It was late June and I was snuggled up under a blanket, watching a 90’s sitcom and eating some Cheetos. In between my lazy haze, I got a new email notification on my laptop. Being used to not receiving many emails over summer, I was surprised to see one from the UMass Amherst College of Information and Computer Sciences (C.I.C.S.) with the subject “Grace Hopper Travel Award.” The email included a hearty congratulations and travel details for selected applicants to the 2019 Grace Hopper Celebration (G.H.C.) in Orlando, Florida. I couldn’t believe it. I was going to a conference dedicated to promoting diversity, inclusion, and belonging-ness in the technology community. However, as a rising sophomore, I felt unprepared. I felt like I didn’t deserve the chance to attend. I felt like I didn’t belong.
About a couple of weeks after the conference, I now know that I couldn’t have been more wrong. Below are a list of 4 words that describe my experience at the world’s largest gathering of women in computing:
When I met the 9 other grant awardees that I’d be traveling with, I knew that I was in for an amazing trip. I was younger than all of them and each one of them acted as a mentor throughout the conference with their supportive words and guidance. Before the conference, I printed out about 30 resumes, so I was excited to say the least. It was refreshing to see that everyone else was as excited as me too. Although we weren’t enthusiastically bouncing off our seats on the plane to Orlando (most of us were passed out), we all had a certain energy about us, an energy that stemmed from a mix of enthusiasm, gratitude, and fear.
Personally, I was afraid of what to expect. What if the opportunity would be wasted on me?
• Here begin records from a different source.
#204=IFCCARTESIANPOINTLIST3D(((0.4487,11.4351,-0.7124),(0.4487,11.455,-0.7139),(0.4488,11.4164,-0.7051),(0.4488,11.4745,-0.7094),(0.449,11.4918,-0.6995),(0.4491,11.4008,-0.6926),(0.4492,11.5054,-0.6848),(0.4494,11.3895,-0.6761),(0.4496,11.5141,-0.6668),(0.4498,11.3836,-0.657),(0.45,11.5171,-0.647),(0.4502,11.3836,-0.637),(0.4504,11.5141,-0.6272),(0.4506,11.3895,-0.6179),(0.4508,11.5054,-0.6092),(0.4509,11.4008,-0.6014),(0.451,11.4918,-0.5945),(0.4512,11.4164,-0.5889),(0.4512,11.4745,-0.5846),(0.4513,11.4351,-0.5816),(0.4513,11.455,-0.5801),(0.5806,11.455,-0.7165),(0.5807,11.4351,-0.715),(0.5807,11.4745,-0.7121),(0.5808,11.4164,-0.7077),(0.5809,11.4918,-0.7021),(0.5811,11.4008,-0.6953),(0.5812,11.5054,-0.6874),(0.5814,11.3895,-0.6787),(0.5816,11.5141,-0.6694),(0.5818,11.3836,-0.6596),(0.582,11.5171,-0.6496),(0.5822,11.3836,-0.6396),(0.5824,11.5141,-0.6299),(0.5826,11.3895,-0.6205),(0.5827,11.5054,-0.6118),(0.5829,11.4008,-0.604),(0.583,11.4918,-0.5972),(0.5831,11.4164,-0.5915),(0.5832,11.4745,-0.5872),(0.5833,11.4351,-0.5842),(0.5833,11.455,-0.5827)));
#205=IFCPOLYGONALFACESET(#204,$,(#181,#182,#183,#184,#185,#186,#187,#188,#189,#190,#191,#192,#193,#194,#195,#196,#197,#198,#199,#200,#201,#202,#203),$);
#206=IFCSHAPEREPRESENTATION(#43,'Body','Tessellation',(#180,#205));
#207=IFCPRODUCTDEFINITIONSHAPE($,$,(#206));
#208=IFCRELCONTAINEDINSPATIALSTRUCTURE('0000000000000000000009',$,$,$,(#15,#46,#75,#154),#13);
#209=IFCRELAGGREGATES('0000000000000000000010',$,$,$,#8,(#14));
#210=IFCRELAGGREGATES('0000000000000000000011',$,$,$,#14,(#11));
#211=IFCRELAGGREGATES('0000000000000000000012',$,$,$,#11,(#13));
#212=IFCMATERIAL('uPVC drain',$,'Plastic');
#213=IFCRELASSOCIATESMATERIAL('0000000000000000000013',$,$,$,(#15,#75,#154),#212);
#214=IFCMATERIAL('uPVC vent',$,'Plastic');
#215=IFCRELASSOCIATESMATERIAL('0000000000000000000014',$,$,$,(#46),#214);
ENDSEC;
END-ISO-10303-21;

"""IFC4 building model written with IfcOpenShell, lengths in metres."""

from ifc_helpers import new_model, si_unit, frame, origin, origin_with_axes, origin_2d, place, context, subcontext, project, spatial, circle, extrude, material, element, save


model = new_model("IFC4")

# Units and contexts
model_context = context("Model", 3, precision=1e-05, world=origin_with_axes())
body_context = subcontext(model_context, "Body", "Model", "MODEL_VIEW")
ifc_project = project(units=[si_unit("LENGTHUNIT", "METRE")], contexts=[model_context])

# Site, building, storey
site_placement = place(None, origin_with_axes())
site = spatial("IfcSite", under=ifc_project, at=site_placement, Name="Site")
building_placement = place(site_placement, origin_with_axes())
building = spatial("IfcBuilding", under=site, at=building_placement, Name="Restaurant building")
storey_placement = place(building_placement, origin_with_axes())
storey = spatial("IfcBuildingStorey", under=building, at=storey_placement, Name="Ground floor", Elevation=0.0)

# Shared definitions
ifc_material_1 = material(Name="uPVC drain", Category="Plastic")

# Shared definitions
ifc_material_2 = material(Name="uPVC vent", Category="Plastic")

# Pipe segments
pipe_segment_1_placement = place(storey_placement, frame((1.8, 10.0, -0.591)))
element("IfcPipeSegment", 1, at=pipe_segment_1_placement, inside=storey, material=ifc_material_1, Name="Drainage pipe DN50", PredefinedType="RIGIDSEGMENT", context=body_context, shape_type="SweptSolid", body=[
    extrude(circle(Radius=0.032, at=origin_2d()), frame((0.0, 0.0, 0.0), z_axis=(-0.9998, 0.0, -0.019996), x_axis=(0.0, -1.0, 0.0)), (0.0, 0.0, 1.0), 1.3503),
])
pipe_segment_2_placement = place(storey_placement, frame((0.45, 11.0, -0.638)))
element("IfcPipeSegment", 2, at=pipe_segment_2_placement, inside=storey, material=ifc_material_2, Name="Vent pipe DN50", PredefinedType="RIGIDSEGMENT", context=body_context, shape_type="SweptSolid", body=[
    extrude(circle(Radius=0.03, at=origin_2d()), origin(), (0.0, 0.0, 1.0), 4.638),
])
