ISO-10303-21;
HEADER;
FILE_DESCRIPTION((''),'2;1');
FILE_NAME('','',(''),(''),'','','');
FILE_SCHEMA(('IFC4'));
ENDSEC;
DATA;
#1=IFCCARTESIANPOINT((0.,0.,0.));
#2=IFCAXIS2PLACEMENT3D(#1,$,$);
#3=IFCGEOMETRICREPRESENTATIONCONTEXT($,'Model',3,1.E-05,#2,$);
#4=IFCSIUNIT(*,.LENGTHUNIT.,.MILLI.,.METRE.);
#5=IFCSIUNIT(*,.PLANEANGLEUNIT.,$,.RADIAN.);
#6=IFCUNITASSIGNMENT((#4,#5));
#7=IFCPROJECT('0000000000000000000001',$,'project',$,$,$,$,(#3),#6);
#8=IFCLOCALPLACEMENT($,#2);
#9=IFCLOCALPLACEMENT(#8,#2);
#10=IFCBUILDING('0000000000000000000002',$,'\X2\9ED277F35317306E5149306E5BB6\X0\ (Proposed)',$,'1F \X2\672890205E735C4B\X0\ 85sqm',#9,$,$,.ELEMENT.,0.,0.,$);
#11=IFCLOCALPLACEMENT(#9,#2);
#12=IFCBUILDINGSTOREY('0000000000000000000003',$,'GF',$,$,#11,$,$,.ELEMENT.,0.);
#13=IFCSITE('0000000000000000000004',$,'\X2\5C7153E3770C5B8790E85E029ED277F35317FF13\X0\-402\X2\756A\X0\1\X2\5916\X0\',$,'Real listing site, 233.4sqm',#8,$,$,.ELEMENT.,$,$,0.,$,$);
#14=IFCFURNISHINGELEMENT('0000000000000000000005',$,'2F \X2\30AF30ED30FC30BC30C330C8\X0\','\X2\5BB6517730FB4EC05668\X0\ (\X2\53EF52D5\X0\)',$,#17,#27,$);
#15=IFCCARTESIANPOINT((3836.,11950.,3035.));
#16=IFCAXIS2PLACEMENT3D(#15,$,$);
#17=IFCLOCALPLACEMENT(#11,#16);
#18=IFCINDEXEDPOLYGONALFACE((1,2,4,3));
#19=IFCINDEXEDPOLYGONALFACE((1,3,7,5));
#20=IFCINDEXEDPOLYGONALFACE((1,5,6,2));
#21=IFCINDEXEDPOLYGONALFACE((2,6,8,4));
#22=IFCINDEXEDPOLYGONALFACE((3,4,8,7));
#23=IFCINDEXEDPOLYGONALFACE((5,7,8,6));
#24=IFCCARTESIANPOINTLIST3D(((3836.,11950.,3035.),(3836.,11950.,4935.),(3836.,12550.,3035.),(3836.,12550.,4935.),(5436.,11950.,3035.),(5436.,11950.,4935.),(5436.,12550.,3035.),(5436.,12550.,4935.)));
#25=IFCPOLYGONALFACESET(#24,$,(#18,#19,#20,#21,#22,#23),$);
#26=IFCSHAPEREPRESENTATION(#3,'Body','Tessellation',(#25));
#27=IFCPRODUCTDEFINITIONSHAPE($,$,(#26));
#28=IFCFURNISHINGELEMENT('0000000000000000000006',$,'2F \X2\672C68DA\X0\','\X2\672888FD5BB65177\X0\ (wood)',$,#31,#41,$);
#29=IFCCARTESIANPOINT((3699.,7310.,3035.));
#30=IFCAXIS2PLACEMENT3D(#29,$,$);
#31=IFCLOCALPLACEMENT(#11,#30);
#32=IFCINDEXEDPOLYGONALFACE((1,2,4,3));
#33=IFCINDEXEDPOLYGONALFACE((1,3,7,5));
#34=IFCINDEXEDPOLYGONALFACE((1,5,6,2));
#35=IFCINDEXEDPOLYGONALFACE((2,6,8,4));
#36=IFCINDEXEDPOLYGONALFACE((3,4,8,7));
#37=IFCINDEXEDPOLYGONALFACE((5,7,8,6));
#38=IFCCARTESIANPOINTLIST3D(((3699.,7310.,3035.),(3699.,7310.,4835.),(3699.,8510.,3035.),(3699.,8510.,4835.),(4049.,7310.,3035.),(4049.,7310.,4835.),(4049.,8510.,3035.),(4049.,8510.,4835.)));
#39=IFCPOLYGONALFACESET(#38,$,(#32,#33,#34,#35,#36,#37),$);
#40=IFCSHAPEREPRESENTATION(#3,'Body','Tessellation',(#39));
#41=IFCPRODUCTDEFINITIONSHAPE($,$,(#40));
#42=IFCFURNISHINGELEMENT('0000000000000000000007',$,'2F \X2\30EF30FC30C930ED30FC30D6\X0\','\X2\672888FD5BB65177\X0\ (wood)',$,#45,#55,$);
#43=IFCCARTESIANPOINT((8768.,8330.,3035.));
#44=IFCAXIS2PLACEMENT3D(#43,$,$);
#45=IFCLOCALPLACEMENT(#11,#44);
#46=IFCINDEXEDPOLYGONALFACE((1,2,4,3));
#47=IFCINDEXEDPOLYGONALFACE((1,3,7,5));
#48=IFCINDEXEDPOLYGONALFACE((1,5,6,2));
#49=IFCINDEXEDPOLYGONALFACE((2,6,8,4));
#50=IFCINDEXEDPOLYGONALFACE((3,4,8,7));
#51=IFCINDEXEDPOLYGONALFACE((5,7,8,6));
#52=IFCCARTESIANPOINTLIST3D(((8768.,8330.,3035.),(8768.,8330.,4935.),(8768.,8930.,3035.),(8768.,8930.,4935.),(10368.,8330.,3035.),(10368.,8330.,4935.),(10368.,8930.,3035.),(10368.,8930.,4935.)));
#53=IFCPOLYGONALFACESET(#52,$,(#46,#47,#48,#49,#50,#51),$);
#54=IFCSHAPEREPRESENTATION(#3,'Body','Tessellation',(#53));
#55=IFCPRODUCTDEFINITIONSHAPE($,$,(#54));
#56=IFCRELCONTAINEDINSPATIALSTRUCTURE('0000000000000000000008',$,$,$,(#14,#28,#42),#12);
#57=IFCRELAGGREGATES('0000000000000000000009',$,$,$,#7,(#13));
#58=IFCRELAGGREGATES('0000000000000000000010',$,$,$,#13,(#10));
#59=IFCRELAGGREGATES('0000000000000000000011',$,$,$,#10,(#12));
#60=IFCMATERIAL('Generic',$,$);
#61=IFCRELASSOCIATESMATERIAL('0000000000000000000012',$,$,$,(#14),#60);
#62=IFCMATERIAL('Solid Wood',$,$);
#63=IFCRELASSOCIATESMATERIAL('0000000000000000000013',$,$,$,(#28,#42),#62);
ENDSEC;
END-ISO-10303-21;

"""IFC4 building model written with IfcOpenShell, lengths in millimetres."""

from ifc_helpers import new_model, si_unit, frame, frame_2d, origin, place, context, project, spatial, rectangle, extrude, material, element, save


model = new_model("IFC4")

# Units and contexts
model_context = context("Model", 3, precision=1e-05, world=origin())
ifc_project = project(units=[si_unit("LENGTHUNIT", "METRE", prefix="MILLI"), si_unit("PLANEANGLEUNIT", "RADIAN")], contexts=[model_context])

# Site, building, storey
site_placement = place(None, origin())
site = spatial("IfcSite", under=ifc_project, at=site_placement, Name="山口県宇部市黒石北３-402番1外", ObjectType="Real listing site, 233.4sqm", CompositionType="ELEMENT", RefElevation=0.0)
building_placement = place(site_placement, origin())
building = spatial("IfcBuilding", under=site, at=building_placement, Name="黒石北の光の家 (Proposed)", ObjectType="1F 木造平屋 85sqm", CompositionType="ELEMENT", ElevationOfRefHeight=0.0, ElevationOfTerrain=0.0)
storey_placement = place(building_placement, origin())
storey = spatial("IfcBuildingStorey", under=building, at=storey_placement, Name="GF", CompositionType="ELEMENT", Elevation=0.0)

# Shared definitions
ifc_material_1 = material(Name="Solid Wood")

# Shared definitions
ifc_material_2 = material(Name="Generic")

# Furnishing elements
furnishing_1_placement = place(storey_placement, frame((3836.0, 11950.0, 3035.0)))
element("IfcFurnishingElement", 1, at=furnishing_1_placement, inside=storey, material=ifc_material_2, Name="2F クローゼット", Description="家具・什器 (可動)", context=model_context, shape_type="SweptSolid", body=[
    extrude(rectangle(XDim=1600.0, YDim=600.0, at=frame_2d((800.0, 300.0))), frame((3836.0, 11950.0, 3035.0)), (0.0, 0.0, 1.0), 1900.0),
])
furnishing_2_placement = place(storey_placement, frame((3699.0, 7310.0, 3035.0)))
element("IfcFurnishingElement", 2, at=furnishing_2_placement, inside=storey, material=ifc_material_1, Name="2F 本棚", Description="木製家具 (wood)", context=model_context, shape_type="SweptSolid", body=[
    extrude(rectangle(XDim=350.0, YDim=1200.0, at=frame_2d((175.0, 600.0))), frame((3699.0, 7310.0, 3035.0)), (0.0, 0.0, 1.0), 1800.0),
])
furnishing_3_placement = place(storey_placement, frame((8768.0, 8330.0, 3035.0)))
element("IfcFurnishingElement", 3, at=furnishing_3_placement, inside=storey, material=ifc_material_1, Name="2F ワードローブ", Description="木製家具 (wood)", context=model_context, shape_type="SweptSolid", body=[
    extrude(rectangle(XDim=1600.0, YDim=600.0, at=frame_2d((800.0, 300.0))), frame((8768.0, 8330.0, 3035.0)), (0.0, 0.0, 1.0), 1900.0),
])

save(model, "model.ifc")
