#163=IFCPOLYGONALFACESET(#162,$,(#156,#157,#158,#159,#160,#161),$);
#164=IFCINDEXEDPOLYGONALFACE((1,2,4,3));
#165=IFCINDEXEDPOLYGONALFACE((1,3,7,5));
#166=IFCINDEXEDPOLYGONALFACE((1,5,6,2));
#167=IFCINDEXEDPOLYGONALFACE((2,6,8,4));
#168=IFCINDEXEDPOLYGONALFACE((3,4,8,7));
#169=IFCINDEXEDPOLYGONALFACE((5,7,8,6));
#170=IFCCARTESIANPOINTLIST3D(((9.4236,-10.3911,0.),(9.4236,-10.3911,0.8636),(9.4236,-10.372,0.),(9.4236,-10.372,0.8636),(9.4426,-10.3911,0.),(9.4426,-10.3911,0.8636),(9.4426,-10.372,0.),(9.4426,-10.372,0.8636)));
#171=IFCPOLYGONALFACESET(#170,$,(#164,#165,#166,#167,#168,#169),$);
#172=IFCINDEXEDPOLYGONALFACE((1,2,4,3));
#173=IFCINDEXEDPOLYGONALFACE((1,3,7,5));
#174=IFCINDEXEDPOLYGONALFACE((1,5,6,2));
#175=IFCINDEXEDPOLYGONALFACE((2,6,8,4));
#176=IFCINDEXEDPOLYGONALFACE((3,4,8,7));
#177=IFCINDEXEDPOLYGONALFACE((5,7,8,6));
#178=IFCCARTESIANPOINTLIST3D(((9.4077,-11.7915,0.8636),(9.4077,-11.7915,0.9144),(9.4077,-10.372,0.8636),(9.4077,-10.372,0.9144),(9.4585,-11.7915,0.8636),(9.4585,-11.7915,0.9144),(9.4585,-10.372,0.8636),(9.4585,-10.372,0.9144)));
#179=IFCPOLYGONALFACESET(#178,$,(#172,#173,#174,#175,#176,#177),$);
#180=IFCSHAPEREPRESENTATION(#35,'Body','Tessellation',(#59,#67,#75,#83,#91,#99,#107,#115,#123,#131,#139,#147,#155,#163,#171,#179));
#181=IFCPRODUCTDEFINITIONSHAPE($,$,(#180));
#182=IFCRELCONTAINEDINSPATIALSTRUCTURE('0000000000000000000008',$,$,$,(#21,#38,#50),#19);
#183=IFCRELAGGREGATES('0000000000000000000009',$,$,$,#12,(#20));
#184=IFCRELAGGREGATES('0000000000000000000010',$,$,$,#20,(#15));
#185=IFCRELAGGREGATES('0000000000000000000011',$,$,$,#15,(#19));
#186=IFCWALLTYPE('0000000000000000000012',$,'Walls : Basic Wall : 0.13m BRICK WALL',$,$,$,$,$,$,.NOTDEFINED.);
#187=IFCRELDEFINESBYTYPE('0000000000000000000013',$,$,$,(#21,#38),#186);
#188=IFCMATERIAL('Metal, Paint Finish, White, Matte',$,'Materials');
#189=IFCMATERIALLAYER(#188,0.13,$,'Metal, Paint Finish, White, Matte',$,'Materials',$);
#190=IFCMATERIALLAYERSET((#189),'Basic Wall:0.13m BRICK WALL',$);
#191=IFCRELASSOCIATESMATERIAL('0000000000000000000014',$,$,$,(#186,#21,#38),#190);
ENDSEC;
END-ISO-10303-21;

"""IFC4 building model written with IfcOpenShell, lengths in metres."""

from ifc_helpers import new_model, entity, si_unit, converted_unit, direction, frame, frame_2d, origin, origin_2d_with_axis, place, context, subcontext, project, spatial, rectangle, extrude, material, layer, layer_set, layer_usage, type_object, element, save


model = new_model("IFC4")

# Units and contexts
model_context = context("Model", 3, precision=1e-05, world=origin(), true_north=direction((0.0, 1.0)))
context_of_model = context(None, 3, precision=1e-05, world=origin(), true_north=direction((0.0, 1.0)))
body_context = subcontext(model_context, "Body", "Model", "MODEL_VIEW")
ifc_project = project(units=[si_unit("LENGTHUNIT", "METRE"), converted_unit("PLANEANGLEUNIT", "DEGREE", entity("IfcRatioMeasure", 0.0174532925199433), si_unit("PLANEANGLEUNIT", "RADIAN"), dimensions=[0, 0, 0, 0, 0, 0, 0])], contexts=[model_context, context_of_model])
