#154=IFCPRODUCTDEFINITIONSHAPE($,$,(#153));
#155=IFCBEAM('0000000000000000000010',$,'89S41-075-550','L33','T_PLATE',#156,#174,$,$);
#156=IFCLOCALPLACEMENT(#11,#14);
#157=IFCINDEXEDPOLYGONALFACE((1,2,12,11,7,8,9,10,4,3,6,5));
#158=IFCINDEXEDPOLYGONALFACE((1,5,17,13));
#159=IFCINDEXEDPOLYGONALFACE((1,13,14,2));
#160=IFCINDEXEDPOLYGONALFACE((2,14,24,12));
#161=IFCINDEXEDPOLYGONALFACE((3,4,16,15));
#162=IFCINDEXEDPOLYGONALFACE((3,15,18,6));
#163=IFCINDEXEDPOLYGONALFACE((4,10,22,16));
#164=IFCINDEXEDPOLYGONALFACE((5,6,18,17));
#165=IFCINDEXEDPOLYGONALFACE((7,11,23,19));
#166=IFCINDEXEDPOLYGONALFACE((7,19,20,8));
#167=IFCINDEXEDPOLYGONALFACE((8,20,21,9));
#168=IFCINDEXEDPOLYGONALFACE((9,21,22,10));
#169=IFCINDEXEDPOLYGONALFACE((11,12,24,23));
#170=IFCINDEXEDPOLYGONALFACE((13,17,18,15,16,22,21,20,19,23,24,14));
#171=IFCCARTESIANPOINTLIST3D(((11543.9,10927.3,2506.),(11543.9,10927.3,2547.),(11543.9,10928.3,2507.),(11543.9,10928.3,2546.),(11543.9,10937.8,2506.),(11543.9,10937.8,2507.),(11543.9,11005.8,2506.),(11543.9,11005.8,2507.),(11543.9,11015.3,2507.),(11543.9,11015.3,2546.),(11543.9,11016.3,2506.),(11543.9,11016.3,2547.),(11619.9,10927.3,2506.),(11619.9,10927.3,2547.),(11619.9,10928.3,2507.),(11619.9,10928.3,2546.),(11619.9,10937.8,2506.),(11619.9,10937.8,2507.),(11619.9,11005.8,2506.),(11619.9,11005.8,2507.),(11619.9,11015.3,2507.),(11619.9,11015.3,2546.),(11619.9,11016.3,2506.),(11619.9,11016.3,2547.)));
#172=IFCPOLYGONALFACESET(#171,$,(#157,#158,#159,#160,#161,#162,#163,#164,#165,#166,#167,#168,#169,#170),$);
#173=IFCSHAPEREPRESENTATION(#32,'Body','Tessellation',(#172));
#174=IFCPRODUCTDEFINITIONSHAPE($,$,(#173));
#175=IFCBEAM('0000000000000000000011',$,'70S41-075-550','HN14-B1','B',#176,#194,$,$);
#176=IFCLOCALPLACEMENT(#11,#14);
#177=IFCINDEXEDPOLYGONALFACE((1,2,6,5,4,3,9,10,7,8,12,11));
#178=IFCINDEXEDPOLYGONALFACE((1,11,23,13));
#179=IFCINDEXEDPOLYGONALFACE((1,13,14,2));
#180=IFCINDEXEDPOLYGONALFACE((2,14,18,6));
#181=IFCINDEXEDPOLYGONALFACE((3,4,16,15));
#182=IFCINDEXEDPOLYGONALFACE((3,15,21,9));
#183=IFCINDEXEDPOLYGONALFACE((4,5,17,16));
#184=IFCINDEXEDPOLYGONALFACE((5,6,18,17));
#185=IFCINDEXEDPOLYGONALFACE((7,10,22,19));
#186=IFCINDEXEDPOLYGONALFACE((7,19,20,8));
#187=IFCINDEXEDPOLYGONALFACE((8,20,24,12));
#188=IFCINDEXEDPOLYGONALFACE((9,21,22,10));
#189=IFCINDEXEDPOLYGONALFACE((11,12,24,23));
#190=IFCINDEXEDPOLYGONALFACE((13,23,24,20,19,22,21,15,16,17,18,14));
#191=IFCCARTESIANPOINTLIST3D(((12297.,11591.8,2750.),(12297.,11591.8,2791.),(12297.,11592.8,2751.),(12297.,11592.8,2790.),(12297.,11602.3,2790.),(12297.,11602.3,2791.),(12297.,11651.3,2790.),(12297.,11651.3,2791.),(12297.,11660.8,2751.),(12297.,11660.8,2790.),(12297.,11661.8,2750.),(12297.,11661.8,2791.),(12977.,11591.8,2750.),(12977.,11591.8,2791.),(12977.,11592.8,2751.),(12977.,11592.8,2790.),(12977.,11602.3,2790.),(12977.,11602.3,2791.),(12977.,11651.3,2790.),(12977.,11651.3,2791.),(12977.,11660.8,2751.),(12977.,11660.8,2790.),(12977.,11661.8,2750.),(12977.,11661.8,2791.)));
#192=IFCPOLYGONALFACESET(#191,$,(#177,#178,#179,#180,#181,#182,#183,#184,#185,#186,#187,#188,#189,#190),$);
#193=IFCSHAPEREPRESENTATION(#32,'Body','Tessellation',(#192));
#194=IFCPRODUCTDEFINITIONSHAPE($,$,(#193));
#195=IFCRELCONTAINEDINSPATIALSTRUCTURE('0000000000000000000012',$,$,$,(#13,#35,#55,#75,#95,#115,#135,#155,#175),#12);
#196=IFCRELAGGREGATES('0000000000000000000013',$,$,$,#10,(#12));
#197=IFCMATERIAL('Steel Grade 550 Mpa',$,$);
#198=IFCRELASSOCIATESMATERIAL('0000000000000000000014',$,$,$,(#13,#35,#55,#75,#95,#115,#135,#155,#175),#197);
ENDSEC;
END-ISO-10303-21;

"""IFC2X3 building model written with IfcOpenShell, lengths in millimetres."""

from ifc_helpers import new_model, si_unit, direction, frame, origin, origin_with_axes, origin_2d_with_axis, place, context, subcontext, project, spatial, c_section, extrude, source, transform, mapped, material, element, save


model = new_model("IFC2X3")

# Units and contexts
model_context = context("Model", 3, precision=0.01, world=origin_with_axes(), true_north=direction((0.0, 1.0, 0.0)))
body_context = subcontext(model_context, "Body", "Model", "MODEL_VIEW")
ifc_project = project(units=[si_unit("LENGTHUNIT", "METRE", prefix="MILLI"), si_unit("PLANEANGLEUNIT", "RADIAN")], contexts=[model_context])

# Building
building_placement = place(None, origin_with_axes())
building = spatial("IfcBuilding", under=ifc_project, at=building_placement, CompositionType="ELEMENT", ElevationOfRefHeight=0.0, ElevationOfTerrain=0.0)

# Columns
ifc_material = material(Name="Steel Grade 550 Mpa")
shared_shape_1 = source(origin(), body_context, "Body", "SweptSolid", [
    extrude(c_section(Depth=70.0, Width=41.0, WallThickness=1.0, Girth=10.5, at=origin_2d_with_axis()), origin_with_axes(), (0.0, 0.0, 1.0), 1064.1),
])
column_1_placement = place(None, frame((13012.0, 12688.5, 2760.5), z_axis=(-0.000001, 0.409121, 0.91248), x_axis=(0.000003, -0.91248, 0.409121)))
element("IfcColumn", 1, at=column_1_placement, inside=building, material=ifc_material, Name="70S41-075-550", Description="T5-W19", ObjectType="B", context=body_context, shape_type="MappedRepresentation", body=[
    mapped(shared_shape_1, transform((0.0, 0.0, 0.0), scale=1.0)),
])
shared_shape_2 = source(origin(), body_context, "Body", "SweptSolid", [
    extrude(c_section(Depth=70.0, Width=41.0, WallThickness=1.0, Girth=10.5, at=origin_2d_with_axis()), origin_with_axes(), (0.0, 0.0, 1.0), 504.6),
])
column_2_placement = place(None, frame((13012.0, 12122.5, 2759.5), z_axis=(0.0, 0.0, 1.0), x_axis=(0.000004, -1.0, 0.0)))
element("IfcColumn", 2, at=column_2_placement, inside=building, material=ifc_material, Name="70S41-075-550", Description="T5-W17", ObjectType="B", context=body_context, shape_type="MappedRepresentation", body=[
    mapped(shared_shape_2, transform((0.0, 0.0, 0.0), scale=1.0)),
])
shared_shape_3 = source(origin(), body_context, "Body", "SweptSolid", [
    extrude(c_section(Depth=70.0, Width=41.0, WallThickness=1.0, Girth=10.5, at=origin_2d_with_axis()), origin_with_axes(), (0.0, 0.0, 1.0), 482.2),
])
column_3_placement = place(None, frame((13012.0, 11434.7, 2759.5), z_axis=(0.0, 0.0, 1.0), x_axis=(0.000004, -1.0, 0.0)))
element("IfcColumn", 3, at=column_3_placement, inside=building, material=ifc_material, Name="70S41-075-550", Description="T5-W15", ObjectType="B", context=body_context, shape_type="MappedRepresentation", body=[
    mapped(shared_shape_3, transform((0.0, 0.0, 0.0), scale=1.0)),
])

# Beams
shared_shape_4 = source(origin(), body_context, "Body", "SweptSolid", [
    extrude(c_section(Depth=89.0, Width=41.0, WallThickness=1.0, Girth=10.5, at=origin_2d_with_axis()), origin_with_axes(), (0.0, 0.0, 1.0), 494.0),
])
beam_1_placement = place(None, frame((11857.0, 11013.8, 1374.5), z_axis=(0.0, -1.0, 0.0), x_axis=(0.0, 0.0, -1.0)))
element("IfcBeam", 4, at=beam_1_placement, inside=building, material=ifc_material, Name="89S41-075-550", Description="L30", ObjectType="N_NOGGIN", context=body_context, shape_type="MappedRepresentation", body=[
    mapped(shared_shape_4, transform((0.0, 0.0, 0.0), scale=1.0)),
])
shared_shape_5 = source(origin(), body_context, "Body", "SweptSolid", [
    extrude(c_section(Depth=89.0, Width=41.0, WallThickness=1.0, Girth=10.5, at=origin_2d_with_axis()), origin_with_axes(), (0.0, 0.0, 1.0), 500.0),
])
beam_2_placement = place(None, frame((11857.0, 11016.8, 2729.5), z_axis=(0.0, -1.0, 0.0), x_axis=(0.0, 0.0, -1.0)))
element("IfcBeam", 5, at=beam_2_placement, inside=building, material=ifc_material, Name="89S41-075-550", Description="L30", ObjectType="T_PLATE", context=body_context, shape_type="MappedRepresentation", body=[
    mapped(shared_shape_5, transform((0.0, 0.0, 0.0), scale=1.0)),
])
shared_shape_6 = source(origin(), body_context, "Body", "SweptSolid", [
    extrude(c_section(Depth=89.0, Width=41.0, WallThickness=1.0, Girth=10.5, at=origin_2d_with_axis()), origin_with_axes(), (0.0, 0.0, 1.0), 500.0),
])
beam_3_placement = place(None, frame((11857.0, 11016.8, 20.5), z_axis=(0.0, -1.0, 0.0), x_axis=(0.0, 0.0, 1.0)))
I was right about one thing: I definitely didn’t know what to expect. G.H.C. had about 25,000 people attend this year. I think that massive numbers didn’t hit me until I saw the registration lines that’d take hours to get through or the auditoriums that were at maximum capacity. It was surreal to be among so many brilliant people, but it was also intimidating to be around so much talent. Adding to the stress, I had several interviews spread out across the 3 days of the conference. While I was incredibly grateful for the opportunity to connect with amazing companies, I was also intimidated by the interview process as I still felt like I wasn’t good enough to receive any offers. Towards the end of the conference, I’d realize I was wrong once I received follow-up emails and offers from a few of my dream companies I’d love to work for. Before I got those acceptance emails, however, I sought inspiration from some of the most inspiring people that I had the pleasure of meeting.
Throughout the conference, various seminars and talks were held by Women in Tech across the fields of data science, software engineering, computer networks, and many more. One notable talk was held by Laura Haas, the dean of the UMass Amherst C.I.C.S. Dean Haas presented the CICS Computing for the Common Good mission. I felt grateful to have her as my dean and I felt proud to be a part of a school that strives so strongly for equality. Additionally, I was amazed by how many inspirational women I would randomly bump into at lunch or in a queue. I remember talking to a kind representative from Microsoft, who helped me settle down my nerves and shared her own experience being in the tech industry. It motivated me to see so many women, who were once in my shoes, to rise above their struggles and become sources of inspiration for thousands of young women.
In a good sense, everything felt overwhelming: the kindness, the appreciation, and even the talent. What once intimidated me, now empowered me. It made me proud that there were so many talented people from underrepresented communities in the tech industry. The G.H.C. only felt like a sample of something so much bigger than all of us. That something, dare I say, will someday lead to an industry that leads with equal representation. The experience opened my eyes to the greatness of perseverance and showed me that dreams do come true. I will always be grateful to Erika Dawson Head, Emma Anderson, Brian Krussel, Dean Laura Haas and all of C.I.C.S. for giving me this incredible opportunity.
I can’t wait to go back next year with newly-found confidence and a rejuvenated spirit!